Date of Award

5-2008

Degree Type

Dissertation

Degree Name

Doctor of Philosophy

Major

Anthropology

Major Professor

Murray K. Marks

Committee Members

Lyle W. Konigsberg, Lydia M. Pulsipher, Lynne P. Sullivan

Abstract

The Western Hemisphere Health Index was applied to prehistoric contemporaneous skeletal populations from Tennessee and the semi-arid North of Chile to ascertain four things: 1. overall health status for each culture; 2. comparison of health status between contemporaneous cultures; 3. if subsistence change (i.e., transition from gathering-hunting to agriculture) is consistently accompanied by a decline in overall health; and 4. the utility of the health index methodology. The skeletal populations analyzed from the semi-arid North of Chile were Archaic (7730 B.C. – A.D. 245) and Diaguita (A.D. 1000 – 1536).
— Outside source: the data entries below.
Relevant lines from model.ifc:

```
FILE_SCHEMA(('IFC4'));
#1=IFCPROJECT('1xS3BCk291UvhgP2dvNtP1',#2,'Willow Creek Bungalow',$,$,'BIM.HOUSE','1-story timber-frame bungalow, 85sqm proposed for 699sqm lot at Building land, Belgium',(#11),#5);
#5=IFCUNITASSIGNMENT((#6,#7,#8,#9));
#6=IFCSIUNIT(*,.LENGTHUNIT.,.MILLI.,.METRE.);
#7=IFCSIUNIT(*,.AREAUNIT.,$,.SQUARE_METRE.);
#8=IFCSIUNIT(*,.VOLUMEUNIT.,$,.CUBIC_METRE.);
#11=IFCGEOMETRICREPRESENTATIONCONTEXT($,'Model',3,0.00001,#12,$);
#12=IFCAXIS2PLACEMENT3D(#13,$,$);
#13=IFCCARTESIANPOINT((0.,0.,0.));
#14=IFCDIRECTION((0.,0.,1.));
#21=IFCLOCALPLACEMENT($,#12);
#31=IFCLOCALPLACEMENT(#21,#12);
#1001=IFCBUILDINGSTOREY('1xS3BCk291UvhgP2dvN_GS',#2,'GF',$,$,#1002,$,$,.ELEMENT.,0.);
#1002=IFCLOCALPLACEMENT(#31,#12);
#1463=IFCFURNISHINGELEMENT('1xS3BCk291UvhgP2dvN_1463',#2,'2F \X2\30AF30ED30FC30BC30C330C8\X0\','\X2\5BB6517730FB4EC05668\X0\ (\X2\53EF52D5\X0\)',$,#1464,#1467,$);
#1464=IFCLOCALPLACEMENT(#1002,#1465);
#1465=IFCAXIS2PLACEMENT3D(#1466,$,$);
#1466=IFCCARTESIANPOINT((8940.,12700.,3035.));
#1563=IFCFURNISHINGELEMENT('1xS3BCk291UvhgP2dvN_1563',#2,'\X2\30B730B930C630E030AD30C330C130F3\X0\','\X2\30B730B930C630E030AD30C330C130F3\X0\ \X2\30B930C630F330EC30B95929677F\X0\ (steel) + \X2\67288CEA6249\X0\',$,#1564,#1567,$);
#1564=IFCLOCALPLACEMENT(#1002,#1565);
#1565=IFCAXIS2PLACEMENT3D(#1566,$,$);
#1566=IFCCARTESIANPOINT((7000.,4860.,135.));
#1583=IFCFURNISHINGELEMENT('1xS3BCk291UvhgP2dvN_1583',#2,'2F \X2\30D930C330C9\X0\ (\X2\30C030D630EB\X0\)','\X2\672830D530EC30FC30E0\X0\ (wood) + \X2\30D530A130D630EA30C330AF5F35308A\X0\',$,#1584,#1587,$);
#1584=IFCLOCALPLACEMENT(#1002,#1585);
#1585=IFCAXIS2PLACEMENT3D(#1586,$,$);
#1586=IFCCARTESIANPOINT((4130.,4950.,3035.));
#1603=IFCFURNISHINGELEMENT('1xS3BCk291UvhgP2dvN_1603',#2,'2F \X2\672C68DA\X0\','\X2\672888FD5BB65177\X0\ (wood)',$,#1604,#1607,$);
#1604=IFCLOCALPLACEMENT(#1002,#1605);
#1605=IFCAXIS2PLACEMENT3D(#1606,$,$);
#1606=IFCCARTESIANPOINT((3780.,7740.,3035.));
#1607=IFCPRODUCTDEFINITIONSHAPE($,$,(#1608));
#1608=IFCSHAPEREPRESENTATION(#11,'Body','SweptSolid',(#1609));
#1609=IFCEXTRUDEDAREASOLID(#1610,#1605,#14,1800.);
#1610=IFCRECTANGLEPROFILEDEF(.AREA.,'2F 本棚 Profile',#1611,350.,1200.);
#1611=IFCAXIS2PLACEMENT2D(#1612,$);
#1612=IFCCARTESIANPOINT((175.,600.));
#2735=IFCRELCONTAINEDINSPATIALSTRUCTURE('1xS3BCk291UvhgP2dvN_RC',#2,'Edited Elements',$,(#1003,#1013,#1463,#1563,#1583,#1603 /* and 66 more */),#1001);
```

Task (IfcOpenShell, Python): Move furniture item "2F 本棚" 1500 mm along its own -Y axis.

```python
import ifcopenshell
import ifcopenshell.api.geometry
import ifcopenshell.util.placement
import ifcopenshell.util.unit

model = ifcopenshell.open("model.ifc")
unit_scale = ifcopenshell.util.unit.calculate_unit_scale(model)

item = model.by_guid("1xS3BCk291UvhgP2dvN_1603")
matrix = ifcopenshell.util.placement.get_local_placement(item.ObjectPlacement)
matrix[:3, 3] -= matrix[:3, 1] * 1.5 / unit_scale
ifcopenshell.api.geometry.edit_object_placement(model, product=item, matrix=matrix, is_si=False)

print(ifcopenshell.util.placement.get_local_placement(item.ObjectPlacement).round(3) + 0.0)

model.write("model_updated.ifc")
```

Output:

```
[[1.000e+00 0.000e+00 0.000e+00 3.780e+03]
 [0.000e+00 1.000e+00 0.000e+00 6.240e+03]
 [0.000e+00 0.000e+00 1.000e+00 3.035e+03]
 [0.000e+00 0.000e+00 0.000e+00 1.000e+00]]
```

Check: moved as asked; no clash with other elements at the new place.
Prehistoric individuals examined from Tennessee were Archaic (8000 – 1000 B.C.); Woodland (1000 B.C. – A.D. 1000); and Mississippian (A.D. 1000 – 1600). (Total n = 433 individuals). Both Archaic populations had primarily a gathering and hunting subsistence strategy, Woodland peoples were emerging horticulturalists, and Mississippian and Diaguita populations practiced full-scale agriculture.
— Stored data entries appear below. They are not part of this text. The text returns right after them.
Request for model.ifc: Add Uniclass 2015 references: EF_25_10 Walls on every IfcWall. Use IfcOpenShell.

First a look at what the model holds.

```python
import ifcopenshell

model = ifcopenshell.open("model.ifc")
print(model.schema)
print("classifications:", [c.Name for c in model.by_type("IfcClassification")])
for ifc_class in ("IfcDoor", "IfcRoof", "IfcStair", "IfcWall", "IfcWindow"):
    print(ifc_class, len(model.by_type(ifc_class)))
```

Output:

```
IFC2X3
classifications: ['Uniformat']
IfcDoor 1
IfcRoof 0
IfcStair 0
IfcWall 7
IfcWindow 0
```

```python
import ifcopenshell
import ifcopenshell.api.classification

model = ifcopenshell.open("model.ifc")

# IFC2X3 requires Source and Edition and has no link from the project to the system.
system = model.create_entity("IfcClassification", Source="NBS", Edition="2015", Name="Uniclass 2015")

codes = {
    "IfcWall": ("EF_25_10", "Walls"),
}
for ifc_class, (code, name) in codes.items():
    products = model.by_type(ifc_class)
    ifcopenshell.api.classification.add_reference(
        model, products=products, classification=system, identification=code, name=name
    )
    print(code, len(products))

model.write("model-out.ifc")
```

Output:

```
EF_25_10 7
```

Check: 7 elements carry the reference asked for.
As per health index methodology, seven indicators of health were scored (stature, linear enamel hypoplasia, dental disease, anemia, infection, degenerative joint disease, and trauma). Health index statistical methodology and Pearson chi-square were used to test the proposed hypotheses. Results indicated that the Archaic Tennessee population had the lowest health index value, and both Chilean populations had the highest. The results of the chi-square analyses run on each of the health indicators by population were in tandem with the health index results. In Tennessee, health appeared to improve through time; while in Chile, health essentially stayed the same during the subsistence transition.
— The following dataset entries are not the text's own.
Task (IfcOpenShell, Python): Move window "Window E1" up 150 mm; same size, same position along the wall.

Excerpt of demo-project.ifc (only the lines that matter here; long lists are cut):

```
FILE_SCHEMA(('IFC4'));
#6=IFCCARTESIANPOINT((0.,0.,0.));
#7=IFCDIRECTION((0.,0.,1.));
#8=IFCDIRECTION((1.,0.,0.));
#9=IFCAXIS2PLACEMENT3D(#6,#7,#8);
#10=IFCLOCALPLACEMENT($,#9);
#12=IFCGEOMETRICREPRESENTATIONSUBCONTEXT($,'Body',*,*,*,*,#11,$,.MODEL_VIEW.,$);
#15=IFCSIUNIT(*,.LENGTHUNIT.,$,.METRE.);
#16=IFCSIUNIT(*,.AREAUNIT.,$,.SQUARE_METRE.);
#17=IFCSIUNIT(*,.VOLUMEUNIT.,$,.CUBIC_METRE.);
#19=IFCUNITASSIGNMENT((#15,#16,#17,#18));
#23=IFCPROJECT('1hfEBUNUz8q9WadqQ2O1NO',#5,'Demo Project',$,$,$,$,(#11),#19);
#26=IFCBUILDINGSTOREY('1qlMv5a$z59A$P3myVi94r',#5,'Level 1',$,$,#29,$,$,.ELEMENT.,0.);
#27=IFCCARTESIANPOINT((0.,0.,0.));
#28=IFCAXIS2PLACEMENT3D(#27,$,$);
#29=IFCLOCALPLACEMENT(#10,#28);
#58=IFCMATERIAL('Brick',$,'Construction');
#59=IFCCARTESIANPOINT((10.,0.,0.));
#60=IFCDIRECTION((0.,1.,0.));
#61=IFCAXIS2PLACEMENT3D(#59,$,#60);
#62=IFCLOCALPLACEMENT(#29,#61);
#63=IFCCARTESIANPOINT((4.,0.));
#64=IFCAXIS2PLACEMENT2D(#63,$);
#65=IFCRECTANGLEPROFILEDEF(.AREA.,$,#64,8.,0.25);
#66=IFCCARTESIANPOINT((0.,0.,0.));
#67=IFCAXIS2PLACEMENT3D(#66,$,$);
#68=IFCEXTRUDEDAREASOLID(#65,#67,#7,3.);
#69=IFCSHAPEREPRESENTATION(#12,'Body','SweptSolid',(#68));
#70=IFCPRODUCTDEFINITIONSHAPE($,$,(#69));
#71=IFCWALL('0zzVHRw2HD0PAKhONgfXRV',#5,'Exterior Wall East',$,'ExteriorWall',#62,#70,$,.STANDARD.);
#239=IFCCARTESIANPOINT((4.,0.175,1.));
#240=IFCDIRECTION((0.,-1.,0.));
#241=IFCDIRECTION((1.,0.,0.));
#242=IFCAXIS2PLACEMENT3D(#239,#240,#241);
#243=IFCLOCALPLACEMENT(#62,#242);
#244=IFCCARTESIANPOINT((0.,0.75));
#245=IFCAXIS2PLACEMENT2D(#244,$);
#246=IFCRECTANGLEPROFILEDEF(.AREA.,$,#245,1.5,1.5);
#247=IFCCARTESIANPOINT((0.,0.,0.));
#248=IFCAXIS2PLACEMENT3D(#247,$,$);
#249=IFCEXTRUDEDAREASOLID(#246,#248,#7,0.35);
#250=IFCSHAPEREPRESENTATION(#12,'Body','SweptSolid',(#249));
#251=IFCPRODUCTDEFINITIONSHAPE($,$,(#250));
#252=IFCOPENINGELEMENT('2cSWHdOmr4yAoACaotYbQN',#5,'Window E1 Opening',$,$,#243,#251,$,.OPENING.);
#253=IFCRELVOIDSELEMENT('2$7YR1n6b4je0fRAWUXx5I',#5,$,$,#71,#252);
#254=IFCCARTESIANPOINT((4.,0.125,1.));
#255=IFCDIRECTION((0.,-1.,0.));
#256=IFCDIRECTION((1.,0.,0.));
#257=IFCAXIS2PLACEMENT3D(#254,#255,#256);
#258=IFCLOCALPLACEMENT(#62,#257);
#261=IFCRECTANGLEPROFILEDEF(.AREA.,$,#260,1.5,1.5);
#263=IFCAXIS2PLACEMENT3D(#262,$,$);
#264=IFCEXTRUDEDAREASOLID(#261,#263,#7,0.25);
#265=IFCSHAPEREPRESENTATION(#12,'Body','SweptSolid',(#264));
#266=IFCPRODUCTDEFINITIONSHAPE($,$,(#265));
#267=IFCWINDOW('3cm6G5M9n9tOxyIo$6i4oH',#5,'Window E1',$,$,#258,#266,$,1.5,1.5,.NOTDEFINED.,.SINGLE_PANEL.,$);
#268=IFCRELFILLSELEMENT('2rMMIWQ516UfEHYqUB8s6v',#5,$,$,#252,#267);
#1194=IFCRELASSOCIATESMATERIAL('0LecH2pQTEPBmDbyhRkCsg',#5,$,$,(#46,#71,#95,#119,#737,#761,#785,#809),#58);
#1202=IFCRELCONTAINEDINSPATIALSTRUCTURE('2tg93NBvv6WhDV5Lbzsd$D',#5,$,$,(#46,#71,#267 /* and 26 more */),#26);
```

```python
import numpy as np
import ifcopenshell
import ifcopenshell.api.geometry
import ifcopenshell.util.placement
import ifcopenshell.util.unit

model = ifcopenshell.open("demo-project.ifc")
unit_scale = ifcopenshell.util.unit.calculate_unit_scale(model)

window = model.by_guid("3cm6G5M9n9tOxyIo$6i4oH")
opening = window.FillsVoids[0].RelatingOpeningElement
dz = 0.15

shift = np.array([0.0, 0.0, dz])
# The window is not placed relative to its opening, so move both.
for product in (opening, window):
    matrix = ifcopenshell.util.placement.get_local_placement(product.ObjectPlacement)
    matrix[:3, 3] += shift
    ifcopenshell.api.geometry.edit_object_placement(model, product=product, matrix=matrix, is_si=False)

print(f"moved by {dz * unit_scale:+.3f} m")

model.write("demo-project_updated.ifc")
```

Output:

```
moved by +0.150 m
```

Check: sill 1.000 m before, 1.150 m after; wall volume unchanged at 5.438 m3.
Such results suggest that the hypothesis of a health decline during and after subsistence change to agriculture is not always demonstrated. These findings further indicate that general rules regarding the association between health and subsistence change do not exist. Rather than applying generalizations to populations, research should focus on the specific situation of each population (environment, subsistence, socio-political organization, etcetera) followed by a comparison between populations to reveal similarities and differences. Such analyses will assist with identifying the relative importance of particular factors for each site.

The utility of the health index methodology was also discussed. The index is a useful tool for population comparison, though further refinement of the methodological protocol is warranted.